In this study, the interpolation methods described above are carried out using two estimates of UHI: the mean daily UHI in 2022, which took into account all 138 nights in which a UHI is present, and the mean of intense UHI in 2022, which is based on the 21 nights in which the UHI effect is ≥5°C (representing 6% of nights in 2022). The threshold of 5°C is chosen as a compromise—Garcia (1996) used 4°C as the definition of intense UHIs, but this yielded a much larger number of nights in Rennes in 2022 (18%), and ran the risk of smoothing out the local effects that we are trying to represent.
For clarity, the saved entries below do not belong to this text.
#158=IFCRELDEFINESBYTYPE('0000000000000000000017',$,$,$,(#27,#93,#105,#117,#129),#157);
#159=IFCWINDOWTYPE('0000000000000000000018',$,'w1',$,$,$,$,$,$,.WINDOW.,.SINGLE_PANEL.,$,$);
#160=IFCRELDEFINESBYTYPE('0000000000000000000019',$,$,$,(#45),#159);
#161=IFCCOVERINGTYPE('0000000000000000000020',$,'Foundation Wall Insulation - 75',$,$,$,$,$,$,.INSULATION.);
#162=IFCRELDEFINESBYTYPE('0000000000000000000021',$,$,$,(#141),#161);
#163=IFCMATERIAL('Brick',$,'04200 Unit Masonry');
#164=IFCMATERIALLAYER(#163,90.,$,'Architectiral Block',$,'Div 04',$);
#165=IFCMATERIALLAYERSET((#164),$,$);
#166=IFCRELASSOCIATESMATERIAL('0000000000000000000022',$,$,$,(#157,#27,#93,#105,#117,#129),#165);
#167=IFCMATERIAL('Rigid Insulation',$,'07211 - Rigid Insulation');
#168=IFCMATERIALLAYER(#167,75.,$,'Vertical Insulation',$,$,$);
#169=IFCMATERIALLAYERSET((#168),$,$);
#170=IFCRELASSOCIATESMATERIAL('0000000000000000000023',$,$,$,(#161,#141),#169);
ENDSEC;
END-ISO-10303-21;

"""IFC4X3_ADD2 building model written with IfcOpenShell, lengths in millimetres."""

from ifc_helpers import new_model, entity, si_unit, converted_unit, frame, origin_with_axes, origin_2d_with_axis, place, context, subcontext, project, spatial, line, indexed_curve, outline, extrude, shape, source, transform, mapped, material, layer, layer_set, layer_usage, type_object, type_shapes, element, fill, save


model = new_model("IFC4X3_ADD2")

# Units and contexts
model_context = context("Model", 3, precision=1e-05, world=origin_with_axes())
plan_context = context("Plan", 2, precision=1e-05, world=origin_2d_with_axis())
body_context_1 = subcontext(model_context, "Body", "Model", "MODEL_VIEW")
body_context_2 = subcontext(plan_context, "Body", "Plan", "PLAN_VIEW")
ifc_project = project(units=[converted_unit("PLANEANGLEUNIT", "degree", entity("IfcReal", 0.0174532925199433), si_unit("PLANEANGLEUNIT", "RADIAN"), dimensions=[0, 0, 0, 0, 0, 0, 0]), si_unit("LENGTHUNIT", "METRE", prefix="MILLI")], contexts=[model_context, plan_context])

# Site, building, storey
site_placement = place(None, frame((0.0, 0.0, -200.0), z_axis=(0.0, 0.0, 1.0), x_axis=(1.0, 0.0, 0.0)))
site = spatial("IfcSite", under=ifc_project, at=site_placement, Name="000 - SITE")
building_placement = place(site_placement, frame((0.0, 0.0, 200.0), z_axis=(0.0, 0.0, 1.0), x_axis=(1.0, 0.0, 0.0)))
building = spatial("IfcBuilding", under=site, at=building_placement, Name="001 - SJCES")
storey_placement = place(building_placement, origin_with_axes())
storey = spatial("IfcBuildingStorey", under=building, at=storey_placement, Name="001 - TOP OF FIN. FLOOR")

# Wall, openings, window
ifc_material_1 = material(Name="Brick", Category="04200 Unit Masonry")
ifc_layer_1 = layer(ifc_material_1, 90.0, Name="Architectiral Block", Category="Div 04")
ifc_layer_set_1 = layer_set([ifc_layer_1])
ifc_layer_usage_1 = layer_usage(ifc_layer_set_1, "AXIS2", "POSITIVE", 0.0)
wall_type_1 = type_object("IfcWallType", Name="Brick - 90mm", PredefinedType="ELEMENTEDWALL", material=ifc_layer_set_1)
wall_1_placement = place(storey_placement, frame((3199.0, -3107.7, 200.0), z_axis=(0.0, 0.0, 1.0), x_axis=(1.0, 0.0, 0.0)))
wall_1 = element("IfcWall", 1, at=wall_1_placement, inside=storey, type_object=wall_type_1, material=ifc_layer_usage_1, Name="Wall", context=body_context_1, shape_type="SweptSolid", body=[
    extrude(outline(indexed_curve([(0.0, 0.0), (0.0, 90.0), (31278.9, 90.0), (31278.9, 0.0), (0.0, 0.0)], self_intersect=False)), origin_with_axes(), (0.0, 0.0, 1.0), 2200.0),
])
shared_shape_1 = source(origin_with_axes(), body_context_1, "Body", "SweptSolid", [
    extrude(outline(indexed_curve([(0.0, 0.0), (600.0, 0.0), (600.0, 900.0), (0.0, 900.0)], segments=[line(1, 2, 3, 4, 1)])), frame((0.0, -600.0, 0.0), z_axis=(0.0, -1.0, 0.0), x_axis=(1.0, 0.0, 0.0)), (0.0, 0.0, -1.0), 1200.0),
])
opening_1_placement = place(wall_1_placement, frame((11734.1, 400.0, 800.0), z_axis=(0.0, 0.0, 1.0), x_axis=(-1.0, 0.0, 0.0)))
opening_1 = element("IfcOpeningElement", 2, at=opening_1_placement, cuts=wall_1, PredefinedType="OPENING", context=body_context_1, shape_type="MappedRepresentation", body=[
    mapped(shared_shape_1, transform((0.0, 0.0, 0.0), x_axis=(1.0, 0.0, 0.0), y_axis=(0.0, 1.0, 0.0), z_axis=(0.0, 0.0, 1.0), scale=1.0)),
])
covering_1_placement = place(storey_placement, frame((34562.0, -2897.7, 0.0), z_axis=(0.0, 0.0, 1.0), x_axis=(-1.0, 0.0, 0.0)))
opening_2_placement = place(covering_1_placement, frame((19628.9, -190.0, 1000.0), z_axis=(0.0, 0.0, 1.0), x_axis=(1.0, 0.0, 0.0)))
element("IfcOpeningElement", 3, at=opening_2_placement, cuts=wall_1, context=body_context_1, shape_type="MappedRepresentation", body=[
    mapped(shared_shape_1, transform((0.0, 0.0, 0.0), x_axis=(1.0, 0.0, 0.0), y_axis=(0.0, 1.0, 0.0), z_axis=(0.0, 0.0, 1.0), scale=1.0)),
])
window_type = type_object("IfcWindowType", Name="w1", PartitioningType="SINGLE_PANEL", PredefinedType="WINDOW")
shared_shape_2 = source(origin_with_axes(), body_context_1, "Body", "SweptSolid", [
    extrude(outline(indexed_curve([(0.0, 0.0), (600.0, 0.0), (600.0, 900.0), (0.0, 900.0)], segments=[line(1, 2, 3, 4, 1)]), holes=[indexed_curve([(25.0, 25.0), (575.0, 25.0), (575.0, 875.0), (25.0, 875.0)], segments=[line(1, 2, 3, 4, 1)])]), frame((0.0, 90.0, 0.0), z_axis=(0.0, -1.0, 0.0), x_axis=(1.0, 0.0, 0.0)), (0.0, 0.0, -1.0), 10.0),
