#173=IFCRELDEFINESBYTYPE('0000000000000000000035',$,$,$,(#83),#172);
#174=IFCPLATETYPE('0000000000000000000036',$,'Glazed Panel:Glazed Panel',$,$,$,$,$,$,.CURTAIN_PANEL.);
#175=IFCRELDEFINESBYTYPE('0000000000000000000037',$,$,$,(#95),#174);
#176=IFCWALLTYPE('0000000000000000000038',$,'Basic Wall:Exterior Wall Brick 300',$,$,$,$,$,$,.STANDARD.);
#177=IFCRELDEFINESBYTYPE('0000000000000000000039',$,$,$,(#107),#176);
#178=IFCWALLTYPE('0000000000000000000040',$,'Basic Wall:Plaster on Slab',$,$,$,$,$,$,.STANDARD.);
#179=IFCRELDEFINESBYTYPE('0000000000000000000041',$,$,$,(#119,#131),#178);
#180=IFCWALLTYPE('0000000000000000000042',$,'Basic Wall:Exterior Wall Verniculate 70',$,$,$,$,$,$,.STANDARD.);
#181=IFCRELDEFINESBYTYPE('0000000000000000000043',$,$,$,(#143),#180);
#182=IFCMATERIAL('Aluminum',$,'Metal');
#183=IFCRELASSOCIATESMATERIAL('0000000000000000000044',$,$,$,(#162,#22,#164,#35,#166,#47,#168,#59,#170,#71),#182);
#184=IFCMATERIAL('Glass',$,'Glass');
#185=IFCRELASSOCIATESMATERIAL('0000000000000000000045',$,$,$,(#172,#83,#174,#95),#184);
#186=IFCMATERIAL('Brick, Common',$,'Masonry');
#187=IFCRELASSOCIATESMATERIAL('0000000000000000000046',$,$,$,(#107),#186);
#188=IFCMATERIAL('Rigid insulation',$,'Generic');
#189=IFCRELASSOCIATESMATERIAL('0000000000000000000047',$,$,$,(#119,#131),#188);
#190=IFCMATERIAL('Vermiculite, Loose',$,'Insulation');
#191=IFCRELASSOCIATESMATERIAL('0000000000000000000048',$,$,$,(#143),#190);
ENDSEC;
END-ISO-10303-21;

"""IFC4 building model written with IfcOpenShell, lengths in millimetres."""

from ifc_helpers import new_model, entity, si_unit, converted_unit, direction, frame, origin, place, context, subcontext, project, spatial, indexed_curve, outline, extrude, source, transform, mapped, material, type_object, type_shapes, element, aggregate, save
Conversely, a threshold of 6°C produced a much smaller number of nights (only 6), which risked producing exacerbated microscale effects.

To reliably represent the local scale in an urban context and take the smallest buffer size into account (i.e., local variability), the spatial resolution of the final grid is 100*100 m over 352 km². The parameters resulting from the analyses are then applied to each cell in order to reconstitute a continuous field of the UHIs across the territory.

3 Results

3.1 Meteorological conditions in 2022

From a climatic point of view, 2022 was an exceptional year all over the world. In Rennes and its peri-urban cities, temperatures were above normal (1991–2020), with a mean temperature of 13.6°C (normal = 12.4°C) and a new heat record of 40.5°C, reached on July 18. Typically, precipitation is distributed throughout the year (cumulative annual average = 690 mm), but 2022 saw marked periods of drought: in March, only half of the normal amount of precipitation fell (25 mm) and in July it rained only 1 mm (normal = 44 mm). Over the entire year, the cumulative rainfall total was 578.6 mm. In addition, a new record was set for the amount of sunshine (more than 2088 h, with 1762 h as the historical average), and 73 days experienced maximum temperatures of at least 25°C (normal = 43.5 days). There were therefore numerous, long, and intense heat waves that first started at the end of March and finished at the end of October. Although the temperate oceanic climate is generally too variable to be favorable to the development of intense UHIs, the year 2022 was hot, dry, and sunny. Overall, 52% of nights in 2022 were favorable—clear sky and low wind (<5 m/s) —for the development of UHIs.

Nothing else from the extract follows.